Give back an exact copy of the lines below, from the first through the line with "#126=IFCINDEXEDPOLYGONALFACE((5,7,8,6));"; please stop there.
[Opening DATA EXCERPTS section]
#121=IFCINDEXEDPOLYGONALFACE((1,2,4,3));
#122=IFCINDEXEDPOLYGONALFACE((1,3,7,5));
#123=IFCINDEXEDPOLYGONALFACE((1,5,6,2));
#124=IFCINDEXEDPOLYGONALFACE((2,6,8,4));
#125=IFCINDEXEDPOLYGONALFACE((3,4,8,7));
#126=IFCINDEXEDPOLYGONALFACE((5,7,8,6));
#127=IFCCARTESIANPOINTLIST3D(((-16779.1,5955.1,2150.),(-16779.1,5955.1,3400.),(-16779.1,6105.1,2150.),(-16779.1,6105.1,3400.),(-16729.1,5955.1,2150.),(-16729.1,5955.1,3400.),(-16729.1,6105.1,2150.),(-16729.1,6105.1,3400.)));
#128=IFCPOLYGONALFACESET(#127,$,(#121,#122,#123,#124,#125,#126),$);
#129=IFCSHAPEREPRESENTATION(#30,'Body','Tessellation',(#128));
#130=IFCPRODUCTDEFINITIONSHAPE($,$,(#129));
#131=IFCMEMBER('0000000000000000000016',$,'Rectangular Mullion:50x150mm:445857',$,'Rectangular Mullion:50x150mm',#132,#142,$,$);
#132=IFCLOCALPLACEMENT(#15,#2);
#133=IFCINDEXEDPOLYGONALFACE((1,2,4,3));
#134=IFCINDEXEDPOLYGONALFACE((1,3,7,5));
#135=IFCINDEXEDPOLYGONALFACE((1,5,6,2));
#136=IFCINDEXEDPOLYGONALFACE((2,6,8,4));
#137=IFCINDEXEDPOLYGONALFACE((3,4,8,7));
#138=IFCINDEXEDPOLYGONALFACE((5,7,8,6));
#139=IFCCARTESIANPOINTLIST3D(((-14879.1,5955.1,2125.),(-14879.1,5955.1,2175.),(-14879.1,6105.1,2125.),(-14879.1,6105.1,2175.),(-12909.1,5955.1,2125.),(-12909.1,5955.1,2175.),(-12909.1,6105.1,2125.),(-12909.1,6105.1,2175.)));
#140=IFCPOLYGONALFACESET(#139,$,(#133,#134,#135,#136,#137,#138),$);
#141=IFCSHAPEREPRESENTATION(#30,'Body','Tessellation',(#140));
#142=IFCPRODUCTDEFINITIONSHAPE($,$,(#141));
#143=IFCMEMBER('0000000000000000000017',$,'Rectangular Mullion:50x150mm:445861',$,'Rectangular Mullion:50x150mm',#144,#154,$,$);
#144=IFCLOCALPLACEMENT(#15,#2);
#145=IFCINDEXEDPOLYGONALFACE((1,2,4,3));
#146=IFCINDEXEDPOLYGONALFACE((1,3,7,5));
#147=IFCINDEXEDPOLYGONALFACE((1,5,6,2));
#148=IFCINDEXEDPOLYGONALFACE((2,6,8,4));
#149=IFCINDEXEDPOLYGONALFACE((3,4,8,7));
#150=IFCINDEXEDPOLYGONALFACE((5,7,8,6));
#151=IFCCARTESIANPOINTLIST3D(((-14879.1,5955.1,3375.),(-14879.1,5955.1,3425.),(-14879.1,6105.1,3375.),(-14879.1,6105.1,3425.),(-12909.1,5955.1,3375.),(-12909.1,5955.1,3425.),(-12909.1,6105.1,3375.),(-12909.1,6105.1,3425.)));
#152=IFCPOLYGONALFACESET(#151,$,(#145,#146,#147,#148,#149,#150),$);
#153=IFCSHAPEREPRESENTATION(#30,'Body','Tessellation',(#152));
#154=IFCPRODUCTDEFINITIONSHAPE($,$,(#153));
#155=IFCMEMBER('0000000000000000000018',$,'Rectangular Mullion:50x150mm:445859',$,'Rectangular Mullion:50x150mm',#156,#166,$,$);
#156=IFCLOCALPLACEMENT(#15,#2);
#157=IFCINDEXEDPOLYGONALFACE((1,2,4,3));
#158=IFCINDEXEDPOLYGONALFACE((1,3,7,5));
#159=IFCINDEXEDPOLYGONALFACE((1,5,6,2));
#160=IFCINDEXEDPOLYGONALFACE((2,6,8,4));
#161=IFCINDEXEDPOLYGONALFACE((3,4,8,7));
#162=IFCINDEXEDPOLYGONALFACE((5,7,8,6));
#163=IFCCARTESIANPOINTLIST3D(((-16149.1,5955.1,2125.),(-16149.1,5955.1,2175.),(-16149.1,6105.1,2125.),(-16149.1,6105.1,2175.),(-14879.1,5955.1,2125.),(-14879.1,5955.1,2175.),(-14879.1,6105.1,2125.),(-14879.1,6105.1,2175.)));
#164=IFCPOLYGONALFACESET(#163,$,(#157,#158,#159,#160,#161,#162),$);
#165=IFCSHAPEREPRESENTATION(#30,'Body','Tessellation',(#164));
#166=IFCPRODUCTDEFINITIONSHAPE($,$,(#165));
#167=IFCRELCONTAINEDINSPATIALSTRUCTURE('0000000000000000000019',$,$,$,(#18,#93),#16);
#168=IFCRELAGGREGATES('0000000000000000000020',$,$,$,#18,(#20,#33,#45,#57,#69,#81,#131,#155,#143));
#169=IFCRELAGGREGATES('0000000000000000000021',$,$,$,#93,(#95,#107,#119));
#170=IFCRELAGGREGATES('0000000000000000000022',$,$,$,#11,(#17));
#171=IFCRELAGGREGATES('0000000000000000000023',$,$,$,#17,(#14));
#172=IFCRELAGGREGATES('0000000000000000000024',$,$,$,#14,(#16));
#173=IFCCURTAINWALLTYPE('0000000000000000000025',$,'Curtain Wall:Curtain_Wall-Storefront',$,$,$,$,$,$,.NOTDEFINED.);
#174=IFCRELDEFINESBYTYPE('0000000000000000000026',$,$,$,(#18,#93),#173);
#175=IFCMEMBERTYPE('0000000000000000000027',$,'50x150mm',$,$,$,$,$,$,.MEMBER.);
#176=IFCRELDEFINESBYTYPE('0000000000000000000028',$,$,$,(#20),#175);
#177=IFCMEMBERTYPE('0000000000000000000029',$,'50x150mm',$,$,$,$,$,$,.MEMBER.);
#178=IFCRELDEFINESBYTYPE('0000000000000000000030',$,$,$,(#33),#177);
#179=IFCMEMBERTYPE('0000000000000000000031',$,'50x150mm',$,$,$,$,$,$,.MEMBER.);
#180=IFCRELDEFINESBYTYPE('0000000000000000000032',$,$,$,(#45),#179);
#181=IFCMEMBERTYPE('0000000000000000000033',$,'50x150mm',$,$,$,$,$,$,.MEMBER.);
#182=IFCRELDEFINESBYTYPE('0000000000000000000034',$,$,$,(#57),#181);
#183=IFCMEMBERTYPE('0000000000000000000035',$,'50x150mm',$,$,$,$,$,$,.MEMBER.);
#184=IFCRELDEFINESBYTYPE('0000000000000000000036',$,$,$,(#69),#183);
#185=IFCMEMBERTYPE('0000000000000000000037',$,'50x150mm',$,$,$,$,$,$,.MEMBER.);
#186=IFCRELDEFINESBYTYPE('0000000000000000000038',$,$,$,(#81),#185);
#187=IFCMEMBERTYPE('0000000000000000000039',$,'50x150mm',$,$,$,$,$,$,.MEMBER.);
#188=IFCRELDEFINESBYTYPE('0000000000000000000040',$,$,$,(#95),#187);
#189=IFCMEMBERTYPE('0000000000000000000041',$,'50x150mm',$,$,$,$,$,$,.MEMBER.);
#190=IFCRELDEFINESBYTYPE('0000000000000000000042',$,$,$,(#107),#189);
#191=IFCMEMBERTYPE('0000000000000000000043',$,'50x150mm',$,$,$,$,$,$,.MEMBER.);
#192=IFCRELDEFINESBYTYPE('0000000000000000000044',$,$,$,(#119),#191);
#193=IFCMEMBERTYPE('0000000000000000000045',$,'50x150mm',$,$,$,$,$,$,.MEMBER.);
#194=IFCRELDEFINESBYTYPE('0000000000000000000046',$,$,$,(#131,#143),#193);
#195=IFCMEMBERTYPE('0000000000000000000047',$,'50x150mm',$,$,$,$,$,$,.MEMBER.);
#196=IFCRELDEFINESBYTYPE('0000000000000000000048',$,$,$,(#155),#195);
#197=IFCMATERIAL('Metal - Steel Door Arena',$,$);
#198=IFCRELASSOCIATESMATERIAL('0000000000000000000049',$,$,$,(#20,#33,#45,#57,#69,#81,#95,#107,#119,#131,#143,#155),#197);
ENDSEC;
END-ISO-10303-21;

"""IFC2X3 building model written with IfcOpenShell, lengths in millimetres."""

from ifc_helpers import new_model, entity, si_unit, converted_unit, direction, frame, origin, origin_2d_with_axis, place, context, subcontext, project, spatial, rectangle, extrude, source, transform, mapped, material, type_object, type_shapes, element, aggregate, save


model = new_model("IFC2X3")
[Closing DATA EXCERPTS section]
§ **ANSWER FOR THE TASK**:
#121=IFCINDEXEDPOLYGONALFACE((1,2,4,3));
#122=IFCINDEXEDPOLYGONALFACE((1,3,7,5));
#123=IFCINDEXEDPOLYGONALFACE((1,5,6,2));
#124=IFCINDEXEDPOLYGONALFACE((2,6,8,4));
#125=IFCINDEXEDPOLYGONALFACE((3,4,8,7));
#126=IFCINDEXEDPOLYGONALFACE((5,7,8,6));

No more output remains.